I recently picked up a downconverter box on eBay. My original plan was to use the enclosure for another project as it has a very nice aluminum enclosure. Naturally of course, I wanted to take a look at what kind of downconverter this one is and how it works first.
A down converter at its core is really just a frequency mixer. This one though is an active mixer so instead of incurring a conversion loss, it has a conversion gain at the IF output.
This Daitronics down converter has an input frequency range of between 3.7 and 4.2 GHz and operates at an IF of 70 MHz. That’s all the information there is on the label and besides that there is very little information available on the internet. At this frequency range however, it is likely that this donconverter was designed for some sort of satellite communication applications.
Upon revealing the internals, it became apparent that this downconverter is an I/Q quadrature mixer. Compared to a traditional heterodyne mixer, it does not need a bandpass filter and can be easily made tunable. For more detailed explanations, I would recommend reading this article — The Why and When of IQ Mixers for Beginners — on Marki Microwave‘s site.
Looking at the PCB traces above, you can clearly see the two distinct two signal paths used in this quadrature mixer. The signal enters from the N connector from the right side of the PCB in the picture above. And it passes through a modified Wikinson power divider before entering the mixing stage. This modified power divider uses an “H” shaped structure, causing the signal to the upper branch to have a 90 degree phase shift.
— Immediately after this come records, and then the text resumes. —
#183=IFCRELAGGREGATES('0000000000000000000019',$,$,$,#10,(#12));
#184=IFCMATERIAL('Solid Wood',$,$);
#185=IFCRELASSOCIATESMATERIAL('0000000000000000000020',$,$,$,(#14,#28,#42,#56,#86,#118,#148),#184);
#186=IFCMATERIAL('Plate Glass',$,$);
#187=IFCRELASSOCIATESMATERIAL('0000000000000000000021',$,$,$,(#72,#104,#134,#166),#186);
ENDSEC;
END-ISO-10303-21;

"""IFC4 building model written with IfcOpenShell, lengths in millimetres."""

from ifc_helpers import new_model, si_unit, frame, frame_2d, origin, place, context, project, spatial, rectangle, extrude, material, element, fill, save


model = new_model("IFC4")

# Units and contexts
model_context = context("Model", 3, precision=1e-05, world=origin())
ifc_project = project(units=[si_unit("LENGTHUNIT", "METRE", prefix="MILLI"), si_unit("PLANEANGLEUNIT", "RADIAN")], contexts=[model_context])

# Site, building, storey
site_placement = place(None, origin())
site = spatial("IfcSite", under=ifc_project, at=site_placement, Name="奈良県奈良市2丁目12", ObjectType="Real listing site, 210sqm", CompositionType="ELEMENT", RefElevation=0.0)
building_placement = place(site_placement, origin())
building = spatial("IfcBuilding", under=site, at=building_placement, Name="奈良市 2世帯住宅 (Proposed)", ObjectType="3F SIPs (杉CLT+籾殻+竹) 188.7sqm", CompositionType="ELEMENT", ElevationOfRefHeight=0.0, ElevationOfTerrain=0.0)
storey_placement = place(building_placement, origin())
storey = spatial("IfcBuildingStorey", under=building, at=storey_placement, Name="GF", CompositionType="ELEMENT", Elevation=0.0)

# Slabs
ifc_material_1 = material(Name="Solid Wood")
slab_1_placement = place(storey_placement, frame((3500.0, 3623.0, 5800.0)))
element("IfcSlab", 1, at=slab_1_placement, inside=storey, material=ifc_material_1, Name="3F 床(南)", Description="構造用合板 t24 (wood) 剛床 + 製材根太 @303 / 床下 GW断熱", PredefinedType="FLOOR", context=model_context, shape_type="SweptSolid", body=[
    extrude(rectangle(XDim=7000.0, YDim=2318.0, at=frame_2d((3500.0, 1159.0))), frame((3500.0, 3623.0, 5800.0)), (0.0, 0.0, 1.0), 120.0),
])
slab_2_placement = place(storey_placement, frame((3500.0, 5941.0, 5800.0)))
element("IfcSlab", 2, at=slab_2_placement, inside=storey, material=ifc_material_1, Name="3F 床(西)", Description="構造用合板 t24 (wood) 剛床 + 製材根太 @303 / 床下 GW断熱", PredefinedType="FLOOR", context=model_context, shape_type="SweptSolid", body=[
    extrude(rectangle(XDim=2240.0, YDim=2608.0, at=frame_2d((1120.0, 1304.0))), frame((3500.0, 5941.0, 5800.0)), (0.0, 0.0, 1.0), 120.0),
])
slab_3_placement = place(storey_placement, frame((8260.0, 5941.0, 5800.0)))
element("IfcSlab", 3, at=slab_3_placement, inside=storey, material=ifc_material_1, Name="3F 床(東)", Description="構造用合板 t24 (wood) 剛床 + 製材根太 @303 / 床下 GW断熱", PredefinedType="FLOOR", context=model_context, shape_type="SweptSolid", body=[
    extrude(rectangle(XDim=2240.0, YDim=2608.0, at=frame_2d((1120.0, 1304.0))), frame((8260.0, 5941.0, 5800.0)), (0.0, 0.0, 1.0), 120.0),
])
Each branch of the signal is then mixed with the LO using a branchline coupler mixer structure, which isolates the LO from the RF input.
The LO signal penetrates the PCB and enters from the middle. Take a look at how this is implemented in the picture below, it is more of an art than just plain circuitry.
It is interesting to see a mix of bag of surface mounted components and through-hole components used in the microwave frequency portion of the circuitry.
Given the components chosen, it is clear that this design must have been several decades old. Since there is no date codes on any of the components I could find on the PCB, it is hard to tell when exactly this board was made. But from the components, the manually drawn traces and the tinned PCB, I could only presume that it was perhaps made in the late 70’s or early 80’s?
Here is a picture of the reverse side of the PCB. The circuitry on this side is responsible for generating the LO signal for mixing and amplify the IF once the RF has been mixed.
As you may have noted, none of the signal traces has ground via-stitching to help signal isolation and reducing impedance. Back in the days, PCB manufacturing was not as advanced. So instead a large continuous ground plane was used.
Take a look below at how filtering caps and other components are soldered. To reduce lead inductance, all connections are made as short as possible.
I also made a short video taking a look at this down converter in action and followed with a teardown. In the video, I took a 3.726 GHz signal from my HP 8671A and fed into the mixer and observed the IF signal on an oscilloscope.